July 26, 2004

"HOLLYWOOD"

Nationally syndicated column

By Marilyn Beck and Stacy Jenel Smith


GLOBAL WALKER HAS DIFFERENT PERSPECTIVE
ON FOREIGN FILM-GOING



SILVER SCREEN INTERNATIONAL:  Soon due to cross the finish line of her five-year Global Walk for Breast Cancer, amazing woman and avowed movie buff Polly Letofsky has unique insights into how the film-going experience differs from country to country. 

In Thailand, she tells us via cell phone while walking a Rocky Mountain road, you get up and pay homage to the king with a song between the (usually-violent) previews and the feature, and you get an intermission -- even if it means stopping the projector mid-scene. 

In Calcutta, in movie-adoring India, Polly found herself seated in the balcony near a fellow filmgoer who had a clucking chicken.  Was that dinner or a pet?  "Dinner, I'm afraid," she says.  "There are always people carrying around chickens there.  They don't have refrigeration."

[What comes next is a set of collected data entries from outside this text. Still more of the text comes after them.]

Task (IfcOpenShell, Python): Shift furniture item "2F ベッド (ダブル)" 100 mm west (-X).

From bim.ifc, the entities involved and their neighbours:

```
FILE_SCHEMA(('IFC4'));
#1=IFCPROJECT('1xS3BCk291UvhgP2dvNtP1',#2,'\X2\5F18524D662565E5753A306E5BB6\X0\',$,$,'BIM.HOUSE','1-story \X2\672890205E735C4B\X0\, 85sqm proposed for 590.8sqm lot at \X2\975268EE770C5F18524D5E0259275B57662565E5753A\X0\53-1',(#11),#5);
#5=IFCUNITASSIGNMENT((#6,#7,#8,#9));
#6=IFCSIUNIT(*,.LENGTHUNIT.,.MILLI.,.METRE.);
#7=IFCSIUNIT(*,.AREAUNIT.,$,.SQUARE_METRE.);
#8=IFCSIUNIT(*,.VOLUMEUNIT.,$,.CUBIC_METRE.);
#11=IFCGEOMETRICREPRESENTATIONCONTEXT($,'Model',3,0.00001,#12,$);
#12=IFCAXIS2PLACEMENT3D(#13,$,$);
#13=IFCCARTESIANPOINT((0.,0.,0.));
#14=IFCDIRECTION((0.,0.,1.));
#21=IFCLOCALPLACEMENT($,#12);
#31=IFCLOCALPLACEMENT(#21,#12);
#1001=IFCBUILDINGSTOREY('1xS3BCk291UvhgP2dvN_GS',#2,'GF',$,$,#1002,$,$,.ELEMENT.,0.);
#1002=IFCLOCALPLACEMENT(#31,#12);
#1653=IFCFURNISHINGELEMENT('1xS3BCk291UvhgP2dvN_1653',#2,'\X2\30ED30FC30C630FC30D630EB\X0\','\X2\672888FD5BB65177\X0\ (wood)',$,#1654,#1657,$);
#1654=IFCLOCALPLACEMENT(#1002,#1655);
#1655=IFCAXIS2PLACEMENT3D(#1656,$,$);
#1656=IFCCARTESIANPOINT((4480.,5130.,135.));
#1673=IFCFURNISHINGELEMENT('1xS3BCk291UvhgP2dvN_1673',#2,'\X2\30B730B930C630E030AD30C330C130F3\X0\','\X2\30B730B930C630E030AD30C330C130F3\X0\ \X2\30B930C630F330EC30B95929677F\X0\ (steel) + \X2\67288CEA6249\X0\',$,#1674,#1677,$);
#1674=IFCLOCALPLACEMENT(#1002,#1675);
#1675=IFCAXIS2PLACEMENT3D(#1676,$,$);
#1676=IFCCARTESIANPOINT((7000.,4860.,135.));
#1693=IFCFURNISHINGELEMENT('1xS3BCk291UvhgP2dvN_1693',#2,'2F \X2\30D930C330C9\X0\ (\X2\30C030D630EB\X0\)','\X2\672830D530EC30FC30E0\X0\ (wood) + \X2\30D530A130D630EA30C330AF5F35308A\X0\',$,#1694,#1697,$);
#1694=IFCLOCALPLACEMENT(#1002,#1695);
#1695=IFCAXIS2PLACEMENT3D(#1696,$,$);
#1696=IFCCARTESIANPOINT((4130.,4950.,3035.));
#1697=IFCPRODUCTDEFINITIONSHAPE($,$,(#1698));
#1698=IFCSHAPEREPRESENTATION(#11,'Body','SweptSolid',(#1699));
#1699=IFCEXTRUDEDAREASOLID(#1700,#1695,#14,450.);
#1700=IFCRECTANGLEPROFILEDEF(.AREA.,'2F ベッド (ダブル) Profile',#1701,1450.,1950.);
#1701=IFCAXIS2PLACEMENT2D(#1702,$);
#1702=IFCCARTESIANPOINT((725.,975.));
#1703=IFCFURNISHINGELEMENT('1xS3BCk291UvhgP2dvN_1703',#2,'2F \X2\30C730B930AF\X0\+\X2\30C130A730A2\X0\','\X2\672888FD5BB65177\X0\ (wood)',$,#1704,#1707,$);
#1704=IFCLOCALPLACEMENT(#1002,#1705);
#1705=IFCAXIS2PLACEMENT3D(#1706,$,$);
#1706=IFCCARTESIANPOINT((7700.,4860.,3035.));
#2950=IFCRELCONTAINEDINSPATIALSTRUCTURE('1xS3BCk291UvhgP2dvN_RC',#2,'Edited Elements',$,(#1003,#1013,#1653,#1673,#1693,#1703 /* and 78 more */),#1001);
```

```python
import ifcopenshell
import ifcopenshell.api.geometry
import ifcopenshell.util.placement
import ifcopenshell.util.unit

model = ifcopenshell.open("bim.ifc")
unit_scale = ifcopenshell.util.unit.calculate_unit_scale(model)

item = model.by_guid("1xS3BCk291UvhgP2dvN_1693")
matrix = ifcopenshell.util.placement.get_local_placement(item.ObjectPlacement)
matrix[0, 3] -= 0.1 / unit_scale
ifcopenshell.api.geometry.edit_object_placement(model, product=item, matrix=matrix, is_si=False)

print(ifcopenshell.util.placement.get_local_placement(item.ObjectPlacement).round(3) + 0.0)

model.write("bim_v2.ifc")
```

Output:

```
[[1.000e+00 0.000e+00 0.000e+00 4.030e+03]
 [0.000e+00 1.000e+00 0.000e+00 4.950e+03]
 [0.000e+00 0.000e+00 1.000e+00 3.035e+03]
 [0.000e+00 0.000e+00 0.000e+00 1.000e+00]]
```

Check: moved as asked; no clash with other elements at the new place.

Popcorn was a universal part of the movie scene in the countries Polly walked through, with some differences: in Malaysia, they put sugar on it, in India, butterscotch powder. 

Back in the good ol' U.S.A., Polly found a smattering of old-fashioned, small town "Main Street theaters ...  There are still some of those around, owned by families who make the popcorn at home and bring it in," she notes, remembering one owner who politely asked the audience not to spill.

Having raised money and awareness toward fighting breast cancer in 22 countries (see www.globalwalk.org), the first American woman to walk 14,000 miles around the world is expected to arrive to her well-deserved hero's welcome, complete with parade, in Vail, Colorado, on Friday (July 30).